"""

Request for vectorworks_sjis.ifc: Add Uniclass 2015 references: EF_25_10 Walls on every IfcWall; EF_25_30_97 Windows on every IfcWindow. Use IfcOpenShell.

First a look at what the model holds.

```python
import ifcopenshell

model = ifcopenshell.open("vectorworks_sjis.ifc")
print(model.schema)
print("classifications:", [c.Name for c in model.by_type("IfcClassification")])
for ifc_class in ("IfcDoor", "IfcRoof", "IfcStair", "IfcWall", "IfcWindow"):
    print(ifc_class, len(model.by_type(ifc_class)))
```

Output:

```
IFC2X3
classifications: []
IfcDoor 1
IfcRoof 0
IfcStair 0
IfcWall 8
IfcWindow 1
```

```python
import ifcopenshell
import ifcopenshell.api.classification

model = ifcopenshell.open("vectorworks_sjis.ifc")

# IFC2X3 requires Source and Edition and has no link from the project to the system.
system = model.create_entity("IfcClassification", Source="NBS", Edition="2015", Name="Uniclass 2015")

codes = {
    "IfcWall": ("EF_25_10", "Walls"),
    "IfcWindow": ("EF_25_30_97", "Windows"),
}
for ifc_class, (code, name) in codes.items():
    products = model.by_type(ifc_class)
    ifcopenshell.api.classification.add_reference(
        model, products=products, classification=system, identification=code, name=name
    )
    print(code, len(products))

model.write("vectorworks_sjis_updated.ifc")
```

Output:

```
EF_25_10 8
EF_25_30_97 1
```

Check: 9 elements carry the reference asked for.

"""

• Task prompt
The data above needs to be repeated exactly, line for line.

• The completed task
Request for vectorworks_sjis.ifc: Add Uniclass 2015 references: EF_25_10 Walls on every IfcWall; EF_25_30_97 Windows on every IfcWindow. Use IfcOpenShell.

First a look at what the model holds.

```python
import ifcopenshell

model = ifcopenshell.open("vectorworks_sjis.ifc")
print(model.schema)
print("classifications:", [c.Name for c in model.by_type("IfcClassification")])
for ifc_class in ("IfcDoor", "IfcRoof", "IfcStair", "IfcWall", "IfcWindow"):
    print(ifc_class, len(model.by_type(ifc_class)))
```

Output:

```
IFC2X3
classifications: []
IfcDoor 1
IfcRoof 0
IfcStair 0
IfcWall 8
IfcWindow 1
```

```python
import ifcopenshell
import ifcopenshell.api.classification

model = ifcopenshell.open("vectorworks_sjis.ifc")

# IFC2X3 requires Source and Edition and has no link from the project to the system.
system = model.create_entity("IfcClassification", Source="NBS", Edition="2015", Name="Uniclass 2015")

codes = {
    "IfcWall": ("EF_25_10", "Walls"),
    "IfcWindow": ("EF_25_30_97", "Windows"),
}
for ifc_class, (code, name) in codes.items():
    products = model.by_type(ifc_class)
    ifcopenshell.api.classification.add_reference(
        model, products=products, classification=system, identification=code, name=name
    )
    print(code, len(products))

model.write("vectorworks_sjis_updated.ifc")
```

Output:

```
EF_25_10 8
EF_25_30_97 1
```

Check: 9 elements carry the reference asked for.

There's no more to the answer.